[Na+/Ca2+ exchanger mediates ischemia-reperfusion injury by activation of CaMKII in isolated rat heart].

Objective: To investigate the role of Na+/Ca2+ exchanger (NCX) in myocardial ischemia-reperfusion injury and the underlying mechanisms.
 Methods: Forty Sprague-Dawley rats were divided into 4 groups randomly: a control group, a KB-R7943 group, an ischemia-reperfusion group (IR group), and an IR plus KB-R7943 group (KB-R7943+IR group). Isolated Sprague Dawley male rat hearts underwent Langendorff perfusion. The ratio of left ventricular developed pressure (LVDP), left ventricular end-diastolic pressure (LVEDP), the infarct size of myocardium, and the lactate dehydrogenase (LDH) activity in the coronary flow was determined. HE staining was used to assess the change of myocardial morphology. Western blot was used to determine the levels of cleaved caspase-3, cytochrome c and the phosphorylation of Ca2+/calmodulin-dependent protein kinase II (CaMKII) and the Thr17 site of phospholamban.
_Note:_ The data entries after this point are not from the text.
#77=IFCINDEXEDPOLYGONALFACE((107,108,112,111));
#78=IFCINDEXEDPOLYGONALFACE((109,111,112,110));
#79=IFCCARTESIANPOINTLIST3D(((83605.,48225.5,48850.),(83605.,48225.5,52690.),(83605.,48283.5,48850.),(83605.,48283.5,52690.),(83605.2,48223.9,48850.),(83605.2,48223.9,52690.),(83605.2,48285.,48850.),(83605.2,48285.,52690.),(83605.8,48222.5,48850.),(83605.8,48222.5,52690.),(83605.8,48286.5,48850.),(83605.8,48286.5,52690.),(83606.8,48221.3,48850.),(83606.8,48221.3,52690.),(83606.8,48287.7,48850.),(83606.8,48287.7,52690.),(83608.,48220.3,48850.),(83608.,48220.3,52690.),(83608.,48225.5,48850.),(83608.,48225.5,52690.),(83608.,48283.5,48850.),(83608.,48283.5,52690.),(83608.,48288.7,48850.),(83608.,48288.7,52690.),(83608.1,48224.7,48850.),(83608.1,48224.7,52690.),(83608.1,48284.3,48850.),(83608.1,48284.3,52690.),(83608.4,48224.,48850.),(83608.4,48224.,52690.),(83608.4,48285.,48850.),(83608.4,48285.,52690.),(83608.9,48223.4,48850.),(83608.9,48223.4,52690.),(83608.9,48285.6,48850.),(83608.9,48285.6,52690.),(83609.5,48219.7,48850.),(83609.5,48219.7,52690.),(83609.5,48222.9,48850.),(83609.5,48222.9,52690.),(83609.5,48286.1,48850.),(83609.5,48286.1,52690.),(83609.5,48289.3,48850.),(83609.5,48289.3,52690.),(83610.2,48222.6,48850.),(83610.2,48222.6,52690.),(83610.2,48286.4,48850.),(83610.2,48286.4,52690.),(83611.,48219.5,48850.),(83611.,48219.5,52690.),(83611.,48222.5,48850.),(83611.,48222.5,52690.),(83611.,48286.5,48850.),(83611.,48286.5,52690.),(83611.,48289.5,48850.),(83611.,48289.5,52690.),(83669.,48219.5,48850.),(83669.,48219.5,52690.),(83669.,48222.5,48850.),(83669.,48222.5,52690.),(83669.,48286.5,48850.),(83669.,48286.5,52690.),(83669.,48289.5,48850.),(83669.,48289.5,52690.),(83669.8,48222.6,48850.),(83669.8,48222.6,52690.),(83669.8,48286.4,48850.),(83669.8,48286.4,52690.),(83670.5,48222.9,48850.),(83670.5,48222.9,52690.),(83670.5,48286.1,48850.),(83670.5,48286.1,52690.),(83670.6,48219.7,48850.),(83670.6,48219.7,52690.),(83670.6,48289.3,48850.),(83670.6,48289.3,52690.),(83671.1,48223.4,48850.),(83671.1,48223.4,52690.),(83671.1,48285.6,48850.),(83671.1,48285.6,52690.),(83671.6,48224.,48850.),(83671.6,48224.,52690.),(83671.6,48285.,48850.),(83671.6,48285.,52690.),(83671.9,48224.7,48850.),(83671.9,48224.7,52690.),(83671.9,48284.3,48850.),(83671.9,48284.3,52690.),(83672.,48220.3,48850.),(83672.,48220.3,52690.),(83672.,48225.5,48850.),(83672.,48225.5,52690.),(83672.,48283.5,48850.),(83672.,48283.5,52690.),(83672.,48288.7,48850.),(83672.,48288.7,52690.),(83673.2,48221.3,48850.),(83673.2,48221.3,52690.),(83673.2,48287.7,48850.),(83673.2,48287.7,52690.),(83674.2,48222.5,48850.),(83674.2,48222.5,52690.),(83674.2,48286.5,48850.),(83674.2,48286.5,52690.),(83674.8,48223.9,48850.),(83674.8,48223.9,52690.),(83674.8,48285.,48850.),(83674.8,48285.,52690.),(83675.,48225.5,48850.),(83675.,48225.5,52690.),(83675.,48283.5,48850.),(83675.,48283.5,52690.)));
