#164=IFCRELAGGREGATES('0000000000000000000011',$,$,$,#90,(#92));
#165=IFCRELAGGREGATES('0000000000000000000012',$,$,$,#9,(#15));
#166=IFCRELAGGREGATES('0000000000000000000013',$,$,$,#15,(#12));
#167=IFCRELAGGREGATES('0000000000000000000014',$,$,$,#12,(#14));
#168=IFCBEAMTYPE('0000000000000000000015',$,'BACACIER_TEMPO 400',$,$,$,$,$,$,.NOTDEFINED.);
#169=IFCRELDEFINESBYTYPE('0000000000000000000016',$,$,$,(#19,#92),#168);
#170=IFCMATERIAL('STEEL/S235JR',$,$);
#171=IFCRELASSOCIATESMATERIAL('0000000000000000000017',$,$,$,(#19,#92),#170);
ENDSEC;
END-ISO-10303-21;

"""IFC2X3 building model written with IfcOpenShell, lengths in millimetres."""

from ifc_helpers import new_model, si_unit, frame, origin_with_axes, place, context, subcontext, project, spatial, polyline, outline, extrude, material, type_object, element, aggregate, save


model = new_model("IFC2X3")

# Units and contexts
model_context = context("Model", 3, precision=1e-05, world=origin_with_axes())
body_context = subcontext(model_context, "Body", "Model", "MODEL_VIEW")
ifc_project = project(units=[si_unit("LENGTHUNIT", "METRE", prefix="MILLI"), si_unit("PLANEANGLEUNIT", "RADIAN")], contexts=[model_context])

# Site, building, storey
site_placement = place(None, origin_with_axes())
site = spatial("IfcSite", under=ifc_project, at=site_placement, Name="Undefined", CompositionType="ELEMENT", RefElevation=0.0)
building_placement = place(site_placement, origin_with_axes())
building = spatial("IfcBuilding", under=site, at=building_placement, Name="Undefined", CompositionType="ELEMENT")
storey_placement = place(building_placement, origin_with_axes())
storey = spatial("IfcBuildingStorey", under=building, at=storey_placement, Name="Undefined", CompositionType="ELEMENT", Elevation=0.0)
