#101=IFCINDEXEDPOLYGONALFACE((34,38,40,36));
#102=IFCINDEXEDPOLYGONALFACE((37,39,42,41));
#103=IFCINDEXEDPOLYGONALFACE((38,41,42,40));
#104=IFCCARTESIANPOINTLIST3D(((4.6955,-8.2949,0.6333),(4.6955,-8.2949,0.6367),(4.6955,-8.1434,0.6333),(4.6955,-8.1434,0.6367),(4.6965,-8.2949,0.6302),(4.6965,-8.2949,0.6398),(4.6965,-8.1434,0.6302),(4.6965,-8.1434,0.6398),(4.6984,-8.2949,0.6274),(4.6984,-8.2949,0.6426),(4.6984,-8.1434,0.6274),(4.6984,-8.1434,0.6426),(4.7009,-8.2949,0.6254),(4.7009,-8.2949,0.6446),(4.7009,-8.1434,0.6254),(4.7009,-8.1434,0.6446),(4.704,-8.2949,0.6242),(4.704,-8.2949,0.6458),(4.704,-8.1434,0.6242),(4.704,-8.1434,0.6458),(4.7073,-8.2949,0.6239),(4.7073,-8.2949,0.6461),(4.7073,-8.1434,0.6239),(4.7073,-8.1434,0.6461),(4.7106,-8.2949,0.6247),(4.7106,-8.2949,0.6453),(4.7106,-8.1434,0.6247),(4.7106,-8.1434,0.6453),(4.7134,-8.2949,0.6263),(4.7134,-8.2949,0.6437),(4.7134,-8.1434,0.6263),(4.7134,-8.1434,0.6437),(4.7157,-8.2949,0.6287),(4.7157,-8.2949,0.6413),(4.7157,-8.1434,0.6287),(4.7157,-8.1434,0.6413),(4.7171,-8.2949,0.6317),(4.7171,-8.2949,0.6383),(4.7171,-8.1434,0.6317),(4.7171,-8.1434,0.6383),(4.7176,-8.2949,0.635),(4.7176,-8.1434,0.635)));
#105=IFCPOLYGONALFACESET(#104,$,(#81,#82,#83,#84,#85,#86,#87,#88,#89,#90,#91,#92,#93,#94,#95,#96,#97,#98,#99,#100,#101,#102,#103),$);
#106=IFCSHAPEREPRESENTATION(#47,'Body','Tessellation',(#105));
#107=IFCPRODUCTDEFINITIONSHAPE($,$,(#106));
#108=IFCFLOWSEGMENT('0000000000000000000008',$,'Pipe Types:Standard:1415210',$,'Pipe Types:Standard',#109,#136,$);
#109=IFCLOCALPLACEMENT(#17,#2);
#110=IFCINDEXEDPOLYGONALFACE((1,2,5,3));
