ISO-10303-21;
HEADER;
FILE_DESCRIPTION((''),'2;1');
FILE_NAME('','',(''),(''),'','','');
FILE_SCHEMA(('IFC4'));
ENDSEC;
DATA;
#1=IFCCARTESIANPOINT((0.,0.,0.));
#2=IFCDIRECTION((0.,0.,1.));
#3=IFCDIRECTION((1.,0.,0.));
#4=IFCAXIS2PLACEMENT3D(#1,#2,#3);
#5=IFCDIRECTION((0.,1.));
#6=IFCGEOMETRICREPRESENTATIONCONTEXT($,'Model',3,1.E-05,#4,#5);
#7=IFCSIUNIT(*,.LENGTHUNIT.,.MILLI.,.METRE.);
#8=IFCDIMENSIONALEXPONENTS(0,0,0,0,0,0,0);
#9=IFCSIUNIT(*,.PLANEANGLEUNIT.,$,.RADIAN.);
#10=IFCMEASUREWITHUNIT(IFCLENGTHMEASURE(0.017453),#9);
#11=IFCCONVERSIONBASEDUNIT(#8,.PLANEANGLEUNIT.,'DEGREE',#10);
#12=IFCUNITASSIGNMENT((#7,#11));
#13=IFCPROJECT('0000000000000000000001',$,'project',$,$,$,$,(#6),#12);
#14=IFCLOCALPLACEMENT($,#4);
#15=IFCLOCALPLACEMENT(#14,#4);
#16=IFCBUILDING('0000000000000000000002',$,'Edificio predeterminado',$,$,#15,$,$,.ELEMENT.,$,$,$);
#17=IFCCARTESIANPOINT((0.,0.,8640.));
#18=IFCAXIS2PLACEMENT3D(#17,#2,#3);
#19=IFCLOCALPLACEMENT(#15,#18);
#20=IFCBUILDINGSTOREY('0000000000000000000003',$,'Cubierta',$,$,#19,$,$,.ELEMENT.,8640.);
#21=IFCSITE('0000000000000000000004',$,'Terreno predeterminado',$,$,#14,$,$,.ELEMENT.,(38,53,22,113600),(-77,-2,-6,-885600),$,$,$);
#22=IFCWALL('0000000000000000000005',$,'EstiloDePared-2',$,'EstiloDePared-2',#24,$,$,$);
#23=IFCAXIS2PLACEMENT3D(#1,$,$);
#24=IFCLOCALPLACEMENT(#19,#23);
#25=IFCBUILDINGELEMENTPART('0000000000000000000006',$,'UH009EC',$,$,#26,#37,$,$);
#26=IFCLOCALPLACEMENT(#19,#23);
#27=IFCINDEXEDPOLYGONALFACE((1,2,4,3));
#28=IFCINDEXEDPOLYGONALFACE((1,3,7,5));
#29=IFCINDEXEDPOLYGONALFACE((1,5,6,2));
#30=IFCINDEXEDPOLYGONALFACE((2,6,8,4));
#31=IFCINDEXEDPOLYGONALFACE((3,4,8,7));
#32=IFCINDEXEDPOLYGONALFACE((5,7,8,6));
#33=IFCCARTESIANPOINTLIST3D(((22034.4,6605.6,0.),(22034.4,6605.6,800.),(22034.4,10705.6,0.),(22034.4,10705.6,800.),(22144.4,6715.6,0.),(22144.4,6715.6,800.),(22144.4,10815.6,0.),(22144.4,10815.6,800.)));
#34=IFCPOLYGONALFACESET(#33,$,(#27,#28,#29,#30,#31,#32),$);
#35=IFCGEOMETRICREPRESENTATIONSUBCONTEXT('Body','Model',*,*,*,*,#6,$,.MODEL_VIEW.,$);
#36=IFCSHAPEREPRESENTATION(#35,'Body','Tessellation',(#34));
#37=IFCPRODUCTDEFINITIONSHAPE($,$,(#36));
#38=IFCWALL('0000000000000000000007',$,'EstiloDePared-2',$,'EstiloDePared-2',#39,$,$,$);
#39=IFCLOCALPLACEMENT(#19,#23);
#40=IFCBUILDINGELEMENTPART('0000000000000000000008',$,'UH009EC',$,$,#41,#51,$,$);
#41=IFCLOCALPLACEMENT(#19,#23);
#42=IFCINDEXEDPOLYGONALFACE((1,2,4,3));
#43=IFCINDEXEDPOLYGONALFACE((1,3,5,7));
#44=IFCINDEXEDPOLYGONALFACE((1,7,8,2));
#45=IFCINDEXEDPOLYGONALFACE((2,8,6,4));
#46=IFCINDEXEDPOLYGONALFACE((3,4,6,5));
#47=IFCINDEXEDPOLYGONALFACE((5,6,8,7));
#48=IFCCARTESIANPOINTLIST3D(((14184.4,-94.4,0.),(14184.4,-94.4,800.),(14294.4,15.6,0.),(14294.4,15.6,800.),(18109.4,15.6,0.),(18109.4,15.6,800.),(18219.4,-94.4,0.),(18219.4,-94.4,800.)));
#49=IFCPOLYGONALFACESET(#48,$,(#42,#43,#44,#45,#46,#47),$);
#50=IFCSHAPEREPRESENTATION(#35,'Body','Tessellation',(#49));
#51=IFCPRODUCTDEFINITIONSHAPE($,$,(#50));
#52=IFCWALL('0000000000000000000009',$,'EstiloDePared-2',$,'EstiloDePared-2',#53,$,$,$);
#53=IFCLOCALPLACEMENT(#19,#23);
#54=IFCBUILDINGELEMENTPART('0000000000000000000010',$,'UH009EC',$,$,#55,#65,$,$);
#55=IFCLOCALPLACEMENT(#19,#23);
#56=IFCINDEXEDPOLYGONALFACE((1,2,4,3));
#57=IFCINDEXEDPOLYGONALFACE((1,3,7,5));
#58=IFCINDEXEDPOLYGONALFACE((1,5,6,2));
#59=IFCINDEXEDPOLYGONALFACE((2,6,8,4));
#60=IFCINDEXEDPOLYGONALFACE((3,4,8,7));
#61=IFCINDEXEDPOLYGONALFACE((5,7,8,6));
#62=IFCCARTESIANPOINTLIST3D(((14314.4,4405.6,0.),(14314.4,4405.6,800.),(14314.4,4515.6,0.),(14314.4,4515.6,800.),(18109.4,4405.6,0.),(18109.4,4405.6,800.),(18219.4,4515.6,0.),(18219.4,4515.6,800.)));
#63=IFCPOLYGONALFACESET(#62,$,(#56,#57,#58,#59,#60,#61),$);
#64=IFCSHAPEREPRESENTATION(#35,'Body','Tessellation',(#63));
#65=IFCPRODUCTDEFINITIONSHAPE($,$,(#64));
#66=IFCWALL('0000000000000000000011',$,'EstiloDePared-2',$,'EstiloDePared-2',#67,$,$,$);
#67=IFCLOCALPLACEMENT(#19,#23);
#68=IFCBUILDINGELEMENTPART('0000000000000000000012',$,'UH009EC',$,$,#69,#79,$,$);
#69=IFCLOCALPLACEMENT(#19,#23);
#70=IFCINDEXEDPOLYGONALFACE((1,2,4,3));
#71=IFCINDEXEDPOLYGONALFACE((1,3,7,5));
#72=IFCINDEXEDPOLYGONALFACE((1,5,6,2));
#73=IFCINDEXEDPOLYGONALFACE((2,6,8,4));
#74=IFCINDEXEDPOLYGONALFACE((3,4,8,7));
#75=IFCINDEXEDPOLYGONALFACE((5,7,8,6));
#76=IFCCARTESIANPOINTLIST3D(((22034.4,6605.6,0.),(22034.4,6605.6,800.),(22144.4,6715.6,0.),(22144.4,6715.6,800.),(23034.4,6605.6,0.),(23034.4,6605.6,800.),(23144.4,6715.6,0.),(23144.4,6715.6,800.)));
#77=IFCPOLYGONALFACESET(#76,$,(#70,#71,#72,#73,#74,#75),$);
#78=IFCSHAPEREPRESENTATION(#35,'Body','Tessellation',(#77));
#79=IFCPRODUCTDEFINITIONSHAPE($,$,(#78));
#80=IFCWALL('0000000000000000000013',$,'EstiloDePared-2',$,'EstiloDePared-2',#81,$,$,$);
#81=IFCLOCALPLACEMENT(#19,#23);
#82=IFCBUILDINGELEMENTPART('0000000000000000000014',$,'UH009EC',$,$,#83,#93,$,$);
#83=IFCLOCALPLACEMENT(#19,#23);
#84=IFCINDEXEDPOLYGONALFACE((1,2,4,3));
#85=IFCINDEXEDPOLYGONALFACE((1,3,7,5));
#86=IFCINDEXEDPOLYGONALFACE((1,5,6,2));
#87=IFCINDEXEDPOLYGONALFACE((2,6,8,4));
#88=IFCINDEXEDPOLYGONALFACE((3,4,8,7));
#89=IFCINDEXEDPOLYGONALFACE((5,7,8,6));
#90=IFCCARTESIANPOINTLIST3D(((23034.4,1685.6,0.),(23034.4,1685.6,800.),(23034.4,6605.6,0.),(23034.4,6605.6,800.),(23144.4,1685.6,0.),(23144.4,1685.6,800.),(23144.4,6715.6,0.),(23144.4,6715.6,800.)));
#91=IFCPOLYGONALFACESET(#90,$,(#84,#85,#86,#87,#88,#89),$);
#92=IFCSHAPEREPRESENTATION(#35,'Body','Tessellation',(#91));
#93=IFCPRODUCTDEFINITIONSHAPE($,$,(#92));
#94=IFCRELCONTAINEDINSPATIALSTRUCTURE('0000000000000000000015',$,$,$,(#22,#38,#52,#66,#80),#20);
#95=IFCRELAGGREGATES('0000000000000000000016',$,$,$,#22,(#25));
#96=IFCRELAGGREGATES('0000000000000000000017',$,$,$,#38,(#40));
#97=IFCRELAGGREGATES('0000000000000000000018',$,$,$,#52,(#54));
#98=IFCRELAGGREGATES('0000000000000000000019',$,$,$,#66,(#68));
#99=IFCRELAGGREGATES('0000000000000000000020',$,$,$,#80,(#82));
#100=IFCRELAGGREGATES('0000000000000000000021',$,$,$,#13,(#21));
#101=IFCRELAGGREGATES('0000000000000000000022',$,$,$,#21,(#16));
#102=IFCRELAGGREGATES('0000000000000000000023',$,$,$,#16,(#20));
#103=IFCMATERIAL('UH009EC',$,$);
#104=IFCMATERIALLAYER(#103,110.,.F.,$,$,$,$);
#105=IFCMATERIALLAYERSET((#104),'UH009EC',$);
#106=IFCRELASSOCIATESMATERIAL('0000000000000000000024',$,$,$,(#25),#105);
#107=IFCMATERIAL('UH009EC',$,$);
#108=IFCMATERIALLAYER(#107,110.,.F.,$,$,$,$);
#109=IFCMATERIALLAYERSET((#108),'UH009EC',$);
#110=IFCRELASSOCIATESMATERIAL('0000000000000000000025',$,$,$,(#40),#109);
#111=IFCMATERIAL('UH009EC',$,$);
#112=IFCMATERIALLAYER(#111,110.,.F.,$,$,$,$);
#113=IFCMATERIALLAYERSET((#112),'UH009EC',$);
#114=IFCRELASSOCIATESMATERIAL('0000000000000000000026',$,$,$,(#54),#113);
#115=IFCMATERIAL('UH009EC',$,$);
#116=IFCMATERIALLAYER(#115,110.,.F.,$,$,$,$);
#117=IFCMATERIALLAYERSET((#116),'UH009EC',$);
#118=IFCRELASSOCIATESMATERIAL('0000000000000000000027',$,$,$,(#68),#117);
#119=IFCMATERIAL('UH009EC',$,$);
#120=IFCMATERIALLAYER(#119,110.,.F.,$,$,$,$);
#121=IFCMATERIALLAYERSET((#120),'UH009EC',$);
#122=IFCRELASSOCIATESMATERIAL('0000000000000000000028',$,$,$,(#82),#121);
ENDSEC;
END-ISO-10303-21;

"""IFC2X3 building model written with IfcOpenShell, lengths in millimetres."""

from ifc_helpers import new_model, entity, si_unit, converted_unit, direction, frame, origin_with_axes, place, context, subcontext, project, spatial, polyline, outline, extrude, material, layer, layer_set, layer_usage, element, aggregate, save


model = new_model("IFC2X3")

# Units and contexts
model_context = context("Model", 3, precision=1e-05, world=origin_with_axes(), true_north=direction((0.0, 1.0)))
body_context = subcontext(model_context, "Body", "Model", "MODEL_VIEW")
ifc_project = project(units=[si_unit("LENGTHUNIT", "METRE", prefix="MILLI"), converted_unit("PLANEANGLEUNIT", "DEGREE", entity("IfcLengthMeasure", 0.017453), si_unit("PLANEANGLEUNIT", "RADIAN"), dimensions=[0, 0, 0, 0, 0, 0, 0])], contexts=[model_context])

# Site, building, storey
site_placement = place(None, origin_with_axes())
site = spatial("IfcSite", under=ifc_project, at=site_placement, Name="Terreno predeterminado", CompositionType="ELEMENT", RefLatitude=(38, 53, 22, 113600), RefLongitude=(-77, -2, -6, -885600))
building_placement = place(site_placement, origin_with_axes())
building = spatial("IfcBuilding", under=site, at=building_placement, Name="Edificio predeterminado", CompositionType="ELEMENT")
storey_placement = place(building_placement, frame((0.0, 0.0, 8640.0), z_axis=(0.0, 0.0, 1.0), x_axis=(1.0, 0.0, 0.0)))
storey = spatial("IfcBuildingStorey", under=building, at=storey_placement, Name="Cubierta", CompositionType="ELEMENT", Elevation=8640.0)

# Wall, building element part
wall_1_placement = place(storey_placement, frame((22089.4, 10760.6, 0.0), z_axis=(0.0, 0.0, 1.0), x_axis=(0.0, -1.0, 0.0)))
wall_1 = element("IfcWall", 1, at=wall_1_placement, inside=storey, Name="EstiloDePared-2", ObjectType="EstiloDePared-2")
ifc_material_1 = material(Name="UH009EC")
ifc_layer_1 = layer(ifc_material_1, 110.0, ventilated=False)
ifc_layer_set_1 = layer_set([ifc_layer_1], Name="UH009EC")
ifc_layer_usage_1 = layer_usage(ifc_layer_set_1, "AXIS2", "NEGATIVE", -55.0)
building_element_part_1_placement = place(wall_1_placement, origin_with_axes())
building_element_part_1 = element("IfcBuildingElementPart", 2, at=building_element_part_1_placement, material=ifc_layer_usage_1, Name="UH009EC", context=body_context, shape_type="SweptSolid", body=[
    extrude(outline(polyline([(4045.0, 55.0), (4155.0, -55.0), (55.0, -55.0), (-55.0, 55.0), (4045.0, 55.0)])), origin_with_axes(), (0.0, 0.0, 1.0), 800.0),
])
aggregate(wall_1, [building_element_part_1])

# Walls, building element parts
wall_2_placement = place(storey_placement, frame((18164.4, -39.4, 0.0), z_axis=(0.0, 0.0, 1.0), x_axis=(-1.0, 0.0, 0.0)))
wall_2 = element("IfcWall", 3, at=wall_2_placement, inside=storey, Name="EstiloDePared-2", ObjectType="EstiloDePared-2")
ifc_material_2 = material(Name="UH009EC")
ifc_layer_2 = layer(ifc_material_2, 110.0, ventilated=False)
ifc_layer_set_2 = layer_set([ifc_layer_2], Name="UH009EC")
ifc_layer_usage_2 = layer_usage(ifc_layer_set_2, "AXIS2", "NEGATIVE", -55.0)
building_element_part_2_placement = place(wall_2_placement, origin_with_axes())
building_element_part_2 = element("IfcBuildingElementPart", 4, at=building_element_part_2_placement, material=ifc_layer_usage_2, Name="UH009EC", context=body_context, shape_type="SweptSolid", body=[
    extrude(outline(polyline([(3980.0, 55.0), (3870.0, -55.0), (55.0, -55.0), (-55.0, 55.0), (3980.0, 55.0)])), origin_with_axes(), (0.0, 0.0, 1.0), 800.0),
])
aggregate(wall_2, [building_element_part_2])
wall_3_placement = place(storey_placement, frame((18164.4, 4460.6, 0.0), z_axis=(0.0, 0.0, 1.0), x_axis=(-1.0, 0.0, 0.0)))
wall_3 = element("IfcWall", 5, at=wall_3_placement, inside=storey, Name="EstiloDePared-2", ObjectType="EstiloDePared-2")
ifc_material_3 = material(Name="UH009EC")
ifc_layer_3 = layer(ifc_material_3, 110.0, ventilated=False)
ifc_layer_set_3 = layer_set([ifc_layer_3], Name="UH009EC")
ifc_layer_usage_3 = layer_usage(ifc_layer_set_3, "AXIS2", "NEGATIVE", -55.0)
building_element_part_3_placement = place(wall_3_placement, origin_with_axes())
building_element_part_3 = element("IfcBuildingElementPart", 6, at=building_element_part_3_placement, material=ifc_layer_usage_3, Name="UH009EC", context=body_context, shape_type="SweptSolid", body=[
    extrude(outline(polyline([(3850.0, 55.0), (3850.0, -55.0), (-55.0, -55.0), (55.0, 55.0), (3850.0, 55.0)])), origin_with_axes(), (0.0, 0.0, 1.0), 800.0),
])
aggregate(wall_3, [building_element_part_3])
wall_4_placement = place(storey_placement, frame((22089.4, 6660.6, 0.0), z_axis=(0.0, 0.0, 1.0), x_axis=(1.0, 0.0, 0.0)))
wall_4 = element("IfcWall", 7, at=wall_4_placement, inside=storey, Name="EstiloDePared-2", ObjectType="EstiloDePared-2")
ifc_material_4 = material(Name="UH009EC")
ifc_layer_4 = layer(ifc_material_4, 110.0, ventilated=False)
ifc_layer_set_4 = layer_set([ifc_layer_4], Name="UH009EC")
ifc_layer_usage_4 = layer_usage(ifc_layer_set_4, "AXIS2", "NEGATIVE", -55.0)
building_element_part_4_placement = place(wall_4_placement, origin_with_axes())
building_element_part_4 = element("IfcBuildingElementPart", 8, at=building_element_part_4_placement, material=ifc_layer_usage_4, Name="UH009EC", context=body_context, shape_type="SweptSolid", body=[
    extrude(outline(polyline([(1055.0, 55.0), (945.0, -55.0), (-55.0, -55.0), (55.0, 55.0), (1055.0, 55.0)])), origin_with_axes(), (0.0, 0.0, 1.0), 800.0),
])
aggregate(wall_4, [building_element_part_4])
wall_5_placement = place(storey_placement, frame((23089.4, 6660.6, 0.0), z_axis=(0.0, 0.0, 1.0), x_axis=(0.0, -1.0, 0.0)))
wall_5 = element("IfcWall", 9, at=wall_5_placement, inside=storey, Name="EstiloDePared-2", ObjectType="EstiloDePared-2")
 Results: Compared with the control group, IR group significantly induced an enlarged infarct size, reduction of the ratio of LVDP, up-regulation of cytochrome c, cleaved caspase-3, p-CaMKII and p-phospholamban, and increased in the activity of LDH, the level of LVEDP (P<0.01) and the disordered myocardial morphology. These effects were significantly attenuated in the presence of KB-R7943 treatment (10 μmol/L).
 Conclusion: NCX mediates myocardial ischemia-reperfusion-induced cell apoptosis and necrosis through activation of CaMKII.